Sebenarnya hari itu saya sedang tidak ingin makan
kue. Ceritanya lagi mencoba mengurangi macam-macam camilan karbo. Namun, saya
tidak sanggup menolak panggilan Mbah Sopiyah. Pukul 10 pagi menjelang siang,
sepertinya kue Mbah Sopiyah belum laku semua. Saya memutuskan keluar untuk
membeli. Nanti sebagian kue saya kasih buat mbak cuci dan sebagian lagi saya
simpan buat anak-anak.
Saya meminta mbak cuci memilih beberapa kue untuknya
dan saya sendiri memilih beberapa kue untuk anak-anak. Uang lima puluh ribu
saya serahkan ke jemari keriput Mbah Sopiyah. “Udah, udah, ambil aja
kembaliannya, Mbah,” kata saya ketika Mbah Sopiyah hendak membuka dompet
lusuhnya untuk mengambil uang kembalian.
Mbah Sopiyah
mengusapkan lembar uang lima puluh ribu tadi ke wajahnya. Ini memang kebiasaan
beliau setiap menerima uang bayaran dari pembeli. “Alhamdulillah, makasih ya,
Neeeng. Sekarang saya mau pulang. Makasih banyak ya, Neeeng.” Wajah perempuan
kurus itu tampak sangat gembira.
Saya mengangguk sambil menarik napas dalam-dalam. Perlahan punggung Mbah Sopiyah hilang di tikungan jalan. Di atas sana, matahari sudah siap-siap
membakar kulit, namun hati saya terasa sejuk seperti baru ketetesan embun.
Mbah Sopiyah hidup sebatang kara di kota. Beliau
ngekos di daerah Petukangan, which is jaraknya 5 km dari rumah saya.

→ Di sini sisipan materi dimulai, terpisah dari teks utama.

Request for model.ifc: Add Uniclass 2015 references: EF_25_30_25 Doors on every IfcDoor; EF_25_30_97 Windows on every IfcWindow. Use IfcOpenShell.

First a look at what the model holds.

```python
import ifcopenshell

model = ifcopenshell.open("model.ifc")
print(model.schema)
print("classifications:", [c.Name for c in model.by_type("IfcClassification")])
for ifc_class in ("IfcDoor", "IfcRoof", "IfcStair", "IfcWall", "IfcWindow"):
    print(ifc_class, len(model.by_type(ifc_class)))
```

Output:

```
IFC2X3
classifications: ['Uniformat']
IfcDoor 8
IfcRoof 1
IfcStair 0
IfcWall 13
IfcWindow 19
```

```python
import ifcopenshell
import ifcopenshell.api.classification

model = ifcopenshell.open("model.ifc")

# IFC2X3 requires Source and Edition and has no link from the project to the system.
system = model.create_entity("IfcClassification", Source="NBS", Edition="2015", Name="Uniclass 2015")

codes = {
    "IfcDoor": ("EF_25_30_25", "Doors"),
    "IfcWindow": ("EF_25_30_97", "Windows"),
}
for ifc_class, (code, name) in codes.items():
    products = model.by_type(ifc_class)
    ifcopenshell.api.classification.add_reference(
        model, products=products, classification=system, identification=code, name=name
    )
    print(code, len(products))

model.write("model_updated.ifc")
```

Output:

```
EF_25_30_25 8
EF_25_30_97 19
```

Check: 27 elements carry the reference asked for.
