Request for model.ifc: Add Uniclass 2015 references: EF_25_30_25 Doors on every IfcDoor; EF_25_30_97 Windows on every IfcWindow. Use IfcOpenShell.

First a look at what the model holds.

```python
import ifcopenshell

model = ifcopenshell.open("model.ifc")
print(model.schema)
print("classifications:", [c.Name for c in model.by_type("IfcClassification")])
for ifc_class in ("IfcDoor", "IfcRoof", "IfcStair", "IfcWall", "IfcWindow"):
    print(ifc_class, len(model.by_type(ifc_class)))
```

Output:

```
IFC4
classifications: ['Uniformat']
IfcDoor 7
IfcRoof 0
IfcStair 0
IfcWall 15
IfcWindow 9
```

```python
import ifcopenshell
import ifcopenshell.api.classification

model = ifcopenshell.open("model.ifc")

system = ifcopenshell.api.classification.add_classification(model, classification="Uniclass 2015")

codes = {
    "IfcDoor": ("EF_25_30_25", "Doors"),
    "IfcWindow": ("EF_25_30_97", "Windows"),
}
for ifc_class, (code, name) in codes.items():
    products = model.by_type(ifc_class)
    ifcopenshell.api.classification.add_reference(
        model, products=products, classification=system, identification=code, name=name
    )
    print(code, len(products))

model.write("model-out.ifc")
```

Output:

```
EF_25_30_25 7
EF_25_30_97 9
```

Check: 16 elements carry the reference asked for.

Kalau jualan kue di daerah kosan, enggak pernah laku. Menurut Mbah Sopiyah,
saingannya banyak. Jadilah beliau jualan kue di sekitar rumah saya. Berangkat dari kos setelah selesai shalat subuh. Pulang menjelang zuhur. Kebayang setiap
hari beliau kudu bolak-balik jalan kaki 10 km. Ya, saya ulangi, JALAN KAKI! Saya
yang masih muda (kalau dibandingin sama Mbah Sopiyah yaaa halah) dan kuat bisa
olahraga jalan kaki 3 km aja rasanya udah bangga banget. Konon Mbah Sopiyah
yang udah ringkih begitu. Belum lagi beliau jalan kakinya sambil menjunjung
tampah kue di kepala. Dijamin beraaattt hiks!
Entah sudah berapa tahun Mbah Sopiyah melakoni
hidup seperti ini. Suaminya narik becak di kampung, Mbah Sopiyah jualan kue di
kota. Tiga tahun yang lalu, suami Mbah Sopiyah meninggal. Anak-anak tiri beliau
benar-benar lost contact a.k.a tidak mau tahu keadaan Mbah Sopiyah lagi. Dulu sekali
Mbah Sopiyah pernah punya anak dari suami pertama (sudah meninggal juga), tapi
anaknya yang waktu itu berumur 6 tahun meninggal terseret banjir.
“Maaf, Mbah, kenapa Mbah tidak mengemis aja? Kerja begini, kan, capek?” tanya saya hati-hati. Saya teringat macam-macam pengemis dengan berbagai “gaya” di jalanan. Bodi masih sterek, tapi tangan selalu menadah uang.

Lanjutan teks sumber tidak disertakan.